Wednesday, 8 August 2007

PreparedGeometry - efficient batch spatial operations for JTS

A common usage pattern for JTS spatial operations (in particular, predicates such as intersects and contains, and overlay operations such as intersection and union) involves the operation being invoked between a single target geometry and a batch of test geometries. For instance, this occurs in queries in a spatial database such as PostGIS, where each geometry in the driving table interacts with a set of nearby geometries via the required operation. By taking advantage of the fact that the target geometry does not change, it is possible to significantly reduce the overall execution cost of the operation. Information such as an index on the line segments in the target geometry can be computed once and cached for reuse with all of the test geometries.

In order for this to work, the calling code must be able to indicate that the operation is being invoked in a batch setting. The standard JTS Geometry API doesn't allow differentiating this case, so the new concept of PreparedGeometry has been developed. (This name intentionally echoes the concept of prepared statement in SQL API's, which implements the same strategy.) Creating a PreparedGeometry on a target Geometry enables precomputation of various data structures, which then allows subsequent operations to be evaluated with maximum efficiency.
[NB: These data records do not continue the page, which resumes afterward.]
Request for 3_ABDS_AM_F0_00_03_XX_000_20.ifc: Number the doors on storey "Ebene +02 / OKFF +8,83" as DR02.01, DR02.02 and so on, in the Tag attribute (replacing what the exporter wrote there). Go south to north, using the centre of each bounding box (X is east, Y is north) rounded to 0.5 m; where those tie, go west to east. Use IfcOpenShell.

First a look at what the model holds.

```python
import ifcopenshell
import ifcopenshell.util.element
import ifcopenshell.util.placement

model = ifcopenshell.open("3_ABDS_AM_F0_00_03_XX_000_20.ifc")
print(model.schema)
storey = next(s for s in model.by_type("IfcBuildingStorey") if s.Name == "Ebene +02 / OKFF +8,83")
doors = [e for e in ifcopenshell.util.element.get_decomposition(storey) if e.is_a("IfcDoor")]
for e in sorted(doors, key=lambda e: e.id()):
    origin = ifcopenshell.util.placement.get_local_placement(e.ObjectPlacement)[:3, 3]
    print(e.id(), e.Tag, e.Name, origin.round(2) + 0.0, sep=" | ")
```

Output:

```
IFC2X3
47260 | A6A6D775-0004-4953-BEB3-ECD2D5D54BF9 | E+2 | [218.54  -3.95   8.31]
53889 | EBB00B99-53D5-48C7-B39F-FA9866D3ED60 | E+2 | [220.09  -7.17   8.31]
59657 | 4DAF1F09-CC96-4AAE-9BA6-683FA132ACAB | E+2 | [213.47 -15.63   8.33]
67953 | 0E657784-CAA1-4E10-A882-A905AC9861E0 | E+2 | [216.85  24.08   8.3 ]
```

```python
import ifcopenshell
import ifcopenshell.geom
import ifcopenshell.util.element
import ifcopenshell.util.shape

model = ifcopenshell.open("3_ABDS_AM_F0_00_03_XX_000_20.ifc")
settings = ifcopenshell.geom.settings()
settings.set("use-world-coords", True)


def centre(element):
    shape = ifcopenshell.geom.create_shape(settings, element)
    return ifcopenshell.util.shape.get_bbox_centroid(shape.geometry)


storey = next(s for s in model.by_type("IfcBuildingStorey") if s.Name == "Ebene +02 / OKFF +8,83")
doors = [e for e in ifcopenshell.util.element.get_decomposition(storey) if e.is_a("IfcDoor")]

# Insertion points can sit at a corner or the storey origin, so sort by the geometry (in metres).
centres = {e: centre(e) for e in doors}
doors.sort(key=lambda e: (round(centres[e][1] / 0.5), centres[e][0]))

for i, e in enumerate(doors, start=1):
    number = f"DR02.{i:02d}"
    e.Tag = number
    print(e.id(), number)

model.write("3_ABDS_AM_F0_00_03_XX_000_20_edited.ifc")
```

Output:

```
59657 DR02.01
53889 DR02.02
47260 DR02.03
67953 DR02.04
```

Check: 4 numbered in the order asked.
In addition to caching, it is also possible to optimize the evaluation of spatial predicates. Optimization takes the form of short-circuiting predicate evaluation when certain situations are detected. While not all OGC spatial predicates are amenable to optimization, fortunately the most commonly usd predicates, intersects and contains, can be optimized significantly. Examples of situations which can be optimized are:
  • For intersects, any intersection between line segments indicates a true result. If there is no intersection between any line segments of the operands, and the target geometry is polygonal, then one or more fast point-in-polygon tests can be performed to compute the result value.
  • Since it provides more information than intersects, the contains predicate is more complex to optimize. In the case where the target geometry is polygonal, evaluation can be short-circuited when the test geometry has no line segment intersection. In this case, containment can be tested by an appropriate set of point-in-polygon tests. It is also possible to short-circuit in some specific cases where a proper intersection is detected between two line segments. Both of these situations can be tested efficiently.
The performance gains from using PreparedGeometry in real-world situations can be dramatic - up to 40 times improvement in speed. This functionality will appear in the next release of JTS, and hopefully will make its way into GEOS and PostGIS as well.

4 comments:

Andrea Aime said...

Yeaaahh, finally bulk spatial operation at good speed. Hurray for Martin! :)
Can't wait to put my hands on it... time for GeoTools to have spatial operations too!
Oh boy, I'm so happy! :)

D_Guidi said...

Oh my god this seems to be an amazing feature for JTS :)

. said...

I like the concept... and indeed I'm looking forward the implementation, but I think the name is misleading. IMHO (and without fully knowing the details and scope of the feature), PreparedOperation would a better name. See, every time you explain what a "PreparedGeometry" is, the word "operation" is used anyway. Following your SQL API analogy, PreparedStatement comes to be a better name than PreparedRow :)

Dr JTS said...

Ricardo, that's a good point that SQL statements correspond more to operations than geometry. However, the implementation of PreparedGeometry really adds information to the Geometry, not the individual operations. And a single PreparedGeometry supports several operations, so I definitely need a class that contains the prepared data and hosts the operation methods.

Hopefully this will make sense when you see the implementation.